2008 Joint Meeting of The Geological Society of America, Soil Science Society of America, American Society of Agronomy, Crop Science Society of America, Gulf Coast Association of Geological Societies with the Gulf Coast Section of SEPM

Paper No. 14
Presentation Time: 11:30 AM

The Brangane Asteroid Family Disruption: Source of the Late Eocene 2.5 Million Years of Dust Deposition, Impacts, and H Chondrite Meteoroids


HILDEBRAND, Alan R., Department of Geoscience, University of Calgary, 2500 University Drive NW, Calgary, AB T2N 1N4, Canada, PARKER, Alex, Department of Physics and Astronomy, University of Victoria, 3800 Finnerty Road, Victoria, BC V8P 5C2, Canada, KYTE, Frank T., Institute of Geophysics and Planetary Physics, University of California, Los Angeles, Los Angeles, CA 90095-1567 and SHUKOLYUKOV, Alex, Scripps Institution of Oceanography, University of California, San Diego, La Jolla, CA 92093-0212, ahildebr@ucalgary.ca

Extraterrestrial material fell on the Earth at an enhanced rate during the Late Eocene (~35 Ma): anomalous 3He abundances in marine sediments indicate that the flux of <50 μm dust was enhanced by up to ~8 times for ~2.5 My; during this interval at least two multi-km bodies impacted to form the Popigai and Chesapeake Bay craters.

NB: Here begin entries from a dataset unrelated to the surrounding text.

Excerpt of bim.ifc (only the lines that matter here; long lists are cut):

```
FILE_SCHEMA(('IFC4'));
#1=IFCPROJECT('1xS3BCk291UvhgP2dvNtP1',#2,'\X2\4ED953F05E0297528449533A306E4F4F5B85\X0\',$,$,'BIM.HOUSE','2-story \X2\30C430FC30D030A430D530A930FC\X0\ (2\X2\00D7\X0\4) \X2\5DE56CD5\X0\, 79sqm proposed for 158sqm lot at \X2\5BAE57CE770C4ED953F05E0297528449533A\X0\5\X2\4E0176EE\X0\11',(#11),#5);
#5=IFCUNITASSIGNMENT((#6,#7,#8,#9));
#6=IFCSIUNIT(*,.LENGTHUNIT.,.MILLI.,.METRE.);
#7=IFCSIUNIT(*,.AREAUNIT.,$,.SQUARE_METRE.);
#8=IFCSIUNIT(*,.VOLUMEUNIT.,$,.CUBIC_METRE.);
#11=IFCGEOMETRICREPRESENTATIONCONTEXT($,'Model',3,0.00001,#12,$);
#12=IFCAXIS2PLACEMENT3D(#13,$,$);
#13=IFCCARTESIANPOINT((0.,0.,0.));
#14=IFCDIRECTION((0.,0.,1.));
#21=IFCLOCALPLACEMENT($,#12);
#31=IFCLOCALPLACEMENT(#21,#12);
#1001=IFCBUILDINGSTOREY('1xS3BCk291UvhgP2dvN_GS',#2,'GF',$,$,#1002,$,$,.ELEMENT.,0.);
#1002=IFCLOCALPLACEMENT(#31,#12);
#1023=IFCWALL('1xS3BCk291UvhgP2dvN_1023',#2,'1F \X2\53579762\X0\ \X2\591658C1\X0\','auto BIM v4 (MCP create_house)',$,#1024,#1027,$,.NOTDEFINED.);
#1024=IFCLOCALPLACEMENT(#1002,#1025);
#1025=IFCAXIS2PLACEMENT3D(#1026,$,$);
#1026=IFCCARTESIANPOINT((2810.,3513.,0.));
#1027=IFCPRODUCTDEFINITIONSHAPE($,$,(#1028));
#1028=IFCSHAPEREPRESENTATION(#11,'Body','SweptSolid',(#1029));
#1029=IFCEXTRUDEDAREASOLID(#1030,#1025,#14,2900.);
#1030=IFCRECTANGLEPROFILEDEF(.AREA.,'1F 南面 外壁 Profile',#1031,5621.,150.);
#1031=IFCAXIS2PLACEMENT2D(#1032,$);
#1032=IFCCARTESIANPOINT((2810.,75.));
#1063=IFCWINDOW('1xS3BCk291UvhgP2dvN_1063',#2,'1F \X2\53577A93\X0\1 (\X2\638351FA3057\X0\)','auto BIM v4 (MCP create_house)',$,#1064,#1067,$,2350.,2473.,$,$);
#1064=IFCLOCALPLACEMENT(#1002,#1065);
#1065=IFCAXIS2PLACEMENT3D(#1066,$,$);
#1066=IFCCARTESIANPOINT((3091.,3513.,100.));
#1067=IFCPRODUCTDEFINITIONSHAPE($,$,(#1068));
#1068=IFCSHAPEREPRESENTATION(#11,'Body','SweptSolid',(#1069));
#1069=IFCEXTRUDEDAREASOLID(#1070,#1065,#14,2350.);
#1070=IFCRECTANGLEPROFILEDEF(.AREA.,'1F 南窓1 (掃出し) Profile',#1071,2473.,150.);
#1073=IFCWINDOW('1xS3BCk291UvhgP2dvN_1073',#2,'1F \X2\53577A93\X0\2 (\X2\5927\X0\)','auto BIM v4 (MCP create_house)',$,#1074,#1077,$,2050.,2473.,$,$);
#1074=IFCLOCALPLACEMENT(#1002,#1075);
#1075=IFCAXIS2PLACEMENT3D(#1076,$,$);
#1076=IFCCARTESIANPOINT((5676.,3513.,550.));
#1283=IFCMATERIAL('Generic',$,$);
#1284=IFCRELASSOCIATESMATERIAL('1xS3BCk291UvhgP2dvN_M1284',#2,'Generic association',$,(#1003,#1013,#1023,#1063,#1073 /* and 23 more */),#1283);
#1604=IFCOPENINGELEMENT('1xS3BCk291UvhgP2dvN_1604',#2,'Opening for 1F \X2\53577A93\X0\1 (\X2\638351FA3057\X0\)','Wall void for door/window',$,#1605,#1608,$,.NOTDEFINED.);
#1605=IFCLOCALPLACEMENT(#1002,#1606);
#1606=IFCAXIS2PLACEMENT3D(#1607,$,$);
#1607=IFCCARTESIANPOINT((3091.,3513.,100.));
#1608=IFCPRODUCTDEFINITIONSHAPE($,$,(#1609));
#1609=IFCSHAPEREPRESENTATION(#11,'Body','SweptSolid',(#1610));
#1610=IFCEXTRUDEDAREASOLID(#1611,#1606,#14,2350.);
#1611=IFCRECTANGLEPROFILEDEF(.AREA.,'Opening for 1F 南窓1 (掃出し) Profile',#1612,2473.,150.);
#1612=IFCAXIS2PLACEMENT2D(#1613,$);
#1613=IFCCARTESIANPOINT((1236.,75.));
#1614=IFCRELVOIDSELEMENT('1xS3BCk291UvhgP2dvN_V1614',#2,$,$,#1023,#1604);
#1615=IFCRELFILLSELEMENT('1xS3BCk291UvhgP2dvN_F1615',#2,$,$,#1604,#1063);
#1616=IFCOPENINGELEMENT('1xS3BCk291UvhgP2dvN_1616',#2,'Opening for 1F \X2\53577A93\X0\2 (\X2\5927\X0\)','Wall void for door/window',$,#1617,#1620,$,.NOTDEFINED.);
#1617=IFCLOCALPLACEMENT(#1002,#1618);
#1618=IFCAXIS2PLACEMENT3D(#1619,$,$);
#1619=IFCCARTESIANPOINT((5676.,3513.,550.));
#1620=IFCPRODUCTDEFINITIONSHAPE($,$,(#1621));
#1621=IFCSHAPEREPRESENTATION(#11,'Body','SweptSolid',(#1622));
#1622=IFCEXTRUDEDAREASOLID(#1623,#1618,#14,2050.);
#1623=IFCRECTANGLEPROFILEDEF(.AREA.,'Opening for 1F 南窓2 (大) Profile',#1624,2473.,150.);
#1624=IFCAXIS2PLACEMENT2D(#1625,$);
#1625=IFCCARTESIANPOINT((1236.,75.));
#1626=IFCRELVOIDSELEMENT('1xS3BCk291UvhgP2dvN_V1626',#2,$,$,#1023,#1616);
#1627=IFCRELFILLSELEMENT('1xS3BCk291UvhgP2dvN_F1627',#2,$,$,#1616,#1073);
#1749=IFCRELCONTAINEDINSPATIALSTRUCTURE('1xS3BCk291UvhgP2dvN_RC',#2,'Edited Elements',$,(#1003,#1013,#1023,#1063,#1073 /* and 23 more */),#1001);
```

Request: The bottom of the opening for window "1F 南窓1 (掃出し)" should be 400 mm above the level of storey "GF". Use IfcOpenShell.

```python
import numpy as np
import ifcopenshell
import ifcopenshell.api.geometry
import ifcopenshell.geom
import ifcopenshell.util.element
import ifcopenshell.util.placement
import ifcopenshell.util.shape
import ifcopenshell.util.unit

model = ifcopenshell.open("bim.ifc")
unit_scale = ifcopenshell.util.unit.calculate_unit_scale(model)

window = model.by_id(1063)
opening = window.FillsVoids[0].RelatingOpeningElement
storey = ifcopenshell.util.element.get_container(window, ifc_class="IfcBuildingStorey")
level = ifcopenshell.util.placement.get_local_placement(storey.ObjectPlacement)[2, 3]

# The opening's origin need not be at the sill, so measure its lowest point.
shape = ifcopenshell.geom.create_shape(ifcopenshell.geom.settings(), opening)
bottom = ifcopenshell.util.shape.get_shape_bottom_elevation(shape, shape.geometry) / unit_scale
dz = level + 400.0 - bottom

shift = np.array([0.0, 0.0, dz])
# The window is not placed relative to its opening, so move both.
for product in (opening, window):
    matrix = ifcopenshell.util.placement.get_local_placement(product.ObjectPlacement)
    matrix[:3, 3] += shift
    ifcopenshell.api.geometry.edit_object_placement(model, product=product, matrix=matrix, is_si=False)

print(f"moved by {dz * unit_scale:+.3f} m")

model.write("bim_v2.ifc")
```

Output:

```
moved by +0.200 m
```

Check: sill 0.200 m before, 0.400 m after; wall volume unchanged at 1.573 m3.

Siderophile element ratios from impactites of the Popigai crater and the associated, globally-distributed, spinel-bearing spherules have been interpreted as indicating an L or LL chondrite impactor. Cr isotope data from the spinel-bearing spherules unequivocally indicate that this impactor was an ordinary chondrite, but don't distinguish between H, L and LL. However, disruption of an H chondrite parent is indicated by a peak in H chondrite cosmic ray exposure ages of 33 - 36 My matching the interval of enhanced dust production. The meteorites of this peak have types of 3 to 6 indicating that a sizeable body was disrupted.

Increasing numbers of asteroid orbits allow identification of additional asteroid families whose cogenesis may be further tested with SDSS spectral data. Only one young S-type family named after asteroid 606 Brangäne has an age (50±40 My) encompassing the indicated Late Eocene disruption. Analysis of proper orbital elements in conjunction with SDSS colours now yields ~40 members of the Brangäne family. The amount of spectral reddening of the family members is reasonable for this age. SDSS family colours are unusual compared to those of other S-type families, but this could be consistent with an H chondrite lithology as some of the other S-type families are indicated as of L chondrite affinity. The Brangäne family is relatively well positioned in the inner part of the Middle Belt near the 3:1 resonance to allow large bodies to be perturbed into Earth-crossing orbits within the necessary <1 My.